3.3. Joining With Subqueries

We can also use subqueries in the JOIN clause to create complex joins based on criteria that involve multiple tables.

For example, let’s retrieve faculty members along with the total number of faculty members in their department:

SELECT 
     f.id AS faculty_id,
     f.name AS faculty_name,
     d.name AS department_name,
     dept_counts.faculty_count
FROM 
     Faculty f 
JOIN 
     Department d ON f.department_id = d.id
JOIN 
     (SELECT department_id, COUNT(*) AS faculty_count FROM Faculty GROUP BY department_id) dept_counts 
     ON f.department_id = dept_counts.department_id;
+------------+-----------------+--------------------------------+---------------+
| faculty_id | faculty_name    | department_name                | faculty_count |
|------------+-----------------+--------------------------------+---------------|
| 1          | Anubha Gupta    | Electronics and Communications | 17            |
| 2          | Anubha Gupta    | Electronics and Communications | 17            |
| 3          | Anubha Gupta    | Electronics and Communications | 17            |
| 21         | Peter Pan       | Electronics and Communications | 17            |
| 22         | Peter Pan       | Electronics and Communications | 17            |
| 23         | Peter Pan       | Electronics and Communications | 17            |
| 33         | Nando de Fretas | Electronics and Communications | 17            |
| 34         | Nando de Fretas | Electronics and Communications | 17            |
| 41         | Robert Ludloo   | Electronics and Communications | 17            |
| 42         | Robert Ludloo   | Electronics and Communications | 17            |
...

In this example, the subquery (SELECT department_id, COUNT(*) AS faculty_count FROM Faculty GROUP BY department_id) calculates the number of faculty members in each department. Furthermore, the main query then joins this result to the Faculty and Department tables.

3.4. Nested Subqueries

Nested subqueries are subqueries contained within other subqueries. Furthermore, they’re used for complex operations where multiple levels of queries are required.

For example, let’s find the names of departments that have more faculty members than the departments with the fewest faculty members:

SELECT 
     d.name 
FROM 
     Department d 
WHERE 
     (SELECT COUNT(*) FROM Faculty f WHERE f.department_id = d.id) > 
     (SELECT MIN(faculty_count) 
      FROM (SELECT COUNT(*) AS faculty_count 
            FROM Faculty 
            GROUP BY department_id) AS subquery);
+--------------------------------+
| name                           |
|--------------------------------|
| Computer Science               |
| Electronics and Communications |
| Civil Engineering              |
| Mathematics                    |
+--------------------------------+
SELECT 4
Time: 0.011s

In this query, the nested subquery calculates the number of faculty members in each department. Also, we find the minimum number of faculty members across the departments.

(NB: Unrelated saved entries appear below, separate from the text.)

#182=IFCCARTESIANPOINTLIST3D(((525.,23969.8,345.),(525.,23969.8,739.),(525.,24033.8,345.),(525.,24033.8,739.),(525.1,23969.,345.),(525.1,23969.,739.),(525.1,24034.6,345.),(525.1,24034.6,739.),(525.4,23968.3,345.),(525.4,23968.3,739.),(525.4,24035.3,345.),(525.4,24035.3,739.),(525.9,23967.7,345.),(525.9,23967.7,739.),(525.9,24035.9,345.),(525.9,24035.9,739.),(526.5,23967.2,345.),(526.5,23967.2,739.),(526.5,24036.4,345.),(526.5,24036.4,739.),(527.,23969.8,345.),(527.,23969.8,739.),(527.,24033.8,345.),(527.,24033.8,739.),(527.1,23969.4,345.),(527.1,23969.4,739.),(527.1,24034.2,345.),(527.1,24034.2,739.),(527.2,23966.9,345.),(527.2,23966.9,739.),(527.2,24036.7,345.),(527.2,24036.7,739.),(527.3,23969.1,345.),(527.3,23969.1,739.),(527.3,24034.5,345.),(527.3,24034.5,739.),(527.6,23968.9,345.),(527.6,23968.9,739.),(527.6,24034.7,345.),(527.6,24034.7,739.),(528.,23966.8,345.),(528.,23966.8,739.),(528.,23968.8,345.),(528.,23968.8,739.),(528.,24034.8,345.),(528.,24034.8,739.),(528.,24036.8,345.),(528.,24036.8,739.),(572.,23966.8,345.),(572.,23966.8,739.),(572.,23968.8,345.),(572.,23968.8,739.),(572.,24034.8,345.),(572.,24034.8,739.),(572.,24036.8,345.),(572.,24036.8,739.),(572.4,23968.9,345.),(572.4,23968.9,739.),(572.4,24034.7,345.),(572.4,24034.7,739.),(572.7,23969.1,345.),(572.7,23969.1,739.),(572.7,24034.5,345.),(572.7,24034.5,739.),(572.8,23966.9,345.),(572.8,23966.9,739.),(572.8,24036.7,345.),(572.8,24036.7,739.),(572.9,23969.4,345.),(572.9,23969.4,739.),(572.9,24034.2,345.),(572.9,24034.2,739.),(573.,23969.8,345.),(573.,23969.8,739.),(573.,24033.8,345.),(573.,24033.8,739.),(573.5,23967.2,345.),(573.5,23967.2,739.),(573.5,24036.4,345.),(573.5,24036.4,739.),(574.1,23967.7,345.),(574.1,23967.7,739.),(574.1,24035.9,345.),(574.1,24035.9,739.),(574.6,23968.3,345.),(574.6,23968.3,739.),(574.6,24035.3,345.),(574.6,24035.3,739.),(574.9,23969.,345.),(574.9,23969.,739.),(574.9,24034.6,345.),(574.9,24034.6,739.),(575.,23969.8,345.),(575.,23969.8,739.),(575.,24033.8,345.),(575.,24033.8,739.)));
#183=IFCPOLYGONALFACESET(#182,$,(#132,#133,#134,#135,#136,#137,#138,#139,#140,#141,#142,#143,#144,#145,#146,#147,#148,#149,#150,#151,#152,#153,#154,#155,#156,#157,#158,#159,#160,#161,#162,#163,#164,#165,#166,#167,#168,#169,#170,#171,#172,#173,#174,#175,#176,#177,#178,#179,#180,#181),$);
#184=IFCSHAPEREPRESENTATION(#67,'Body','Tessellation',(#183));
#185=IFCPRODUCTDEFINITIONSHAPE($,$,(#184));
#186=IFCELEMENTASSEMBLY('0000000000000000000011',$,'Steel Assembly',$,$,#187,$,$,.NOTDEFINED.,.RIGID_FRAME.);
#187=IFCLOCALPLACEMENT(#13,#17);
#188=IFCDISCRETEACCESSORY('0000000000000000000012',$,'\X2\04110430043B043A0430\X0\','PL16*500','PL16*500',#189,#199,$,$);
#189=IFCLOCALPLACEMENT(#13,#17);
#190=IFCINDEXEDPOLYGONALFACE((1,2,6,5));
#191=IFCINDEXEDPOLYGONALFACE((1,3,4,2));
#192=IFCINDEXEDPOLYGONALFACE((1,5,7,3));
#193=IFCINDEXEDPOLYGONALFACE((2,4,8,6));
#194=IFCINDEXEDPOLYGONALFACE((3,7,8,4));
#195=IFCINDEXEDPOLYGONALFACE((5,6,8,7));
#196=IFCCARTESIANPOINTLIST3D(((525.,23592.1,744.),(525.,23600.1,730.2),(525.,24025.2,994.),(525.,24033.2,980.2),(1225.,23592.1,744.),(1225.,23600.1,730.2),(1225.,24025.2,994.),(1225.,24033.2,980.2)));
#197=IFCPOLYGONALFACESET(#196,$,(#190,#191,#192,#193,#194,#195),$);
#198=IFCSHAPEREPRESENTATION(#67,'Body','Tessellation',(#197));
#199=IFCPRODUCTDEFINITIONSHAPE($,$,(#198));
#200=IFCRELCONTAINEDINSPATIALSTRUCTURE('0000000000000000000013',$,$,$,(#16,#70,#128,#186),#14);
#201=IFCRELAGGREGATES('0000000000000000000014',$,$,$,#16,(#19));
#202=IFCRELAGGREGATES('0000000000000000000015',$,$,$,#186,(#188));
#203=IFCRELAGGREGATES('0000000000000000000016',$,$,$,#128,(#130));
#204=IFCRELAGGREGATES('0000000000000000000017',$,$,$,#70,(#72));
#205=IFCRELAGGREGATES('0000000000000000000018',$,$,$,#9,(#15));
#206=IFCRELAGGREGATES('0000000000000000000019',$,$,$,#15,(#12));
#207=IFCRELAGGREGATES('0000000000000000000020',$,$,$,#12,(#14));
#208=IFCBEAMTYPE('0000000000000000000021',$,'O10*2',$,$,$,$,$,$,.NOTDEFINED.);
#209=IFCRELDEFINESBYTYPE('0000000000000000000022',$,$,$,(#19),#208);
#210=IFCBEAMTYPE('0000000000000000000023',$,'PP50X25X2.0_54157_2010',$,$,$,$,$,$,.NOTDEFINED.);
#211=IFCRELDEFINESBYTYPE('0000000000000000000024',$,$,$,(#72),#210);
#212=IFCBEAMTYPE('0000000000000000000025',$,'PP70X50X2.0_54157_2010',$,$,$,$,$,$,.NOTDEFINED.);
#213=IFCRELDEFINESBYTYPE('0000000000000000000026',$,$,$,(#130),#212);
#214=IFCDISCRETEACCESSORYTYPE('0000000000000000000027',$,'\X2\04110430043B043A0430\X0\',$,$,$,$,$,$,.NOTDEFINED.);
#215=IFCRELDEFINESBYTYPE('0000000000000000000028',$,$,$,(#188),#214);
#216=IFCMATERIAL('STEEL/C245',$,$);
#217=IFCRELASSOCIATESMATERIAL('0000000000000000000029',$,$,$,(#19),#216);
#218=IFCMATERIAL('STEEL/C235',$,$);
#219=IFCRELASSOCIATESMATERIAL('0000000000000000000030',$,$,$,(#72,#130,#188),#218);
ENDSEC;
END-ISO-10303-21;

The output of this query lists all departments that have more faculty members than the department with the fewest faculty members.

4. Differences

Let’s look at the key differences between a join and a subquery:

Feature Join Subquery
Purpose A join combines rows from two or more tables based on a related column A subquery retrieves data based on the results of another query
Usage It’s mostly used in the FROM clause It’s used in SELECT, FROM, WHERE, or HAVING clauses
Complexity It can be more complex for multiple table joins It can simplify complex queries into manageable parts

5. Conclusion

In this article, we’ve looked at joins and subqueries for retrieving data from multiple tables. Joins generally combine rows based on related columns and are efficient for large datasets. Subqueries, on the other hand, perform operations within another query and can be very useful for filtering and aggregation.

Understanding the differences and knowing when to use each can greatly enhance the efficiency and readability of queries.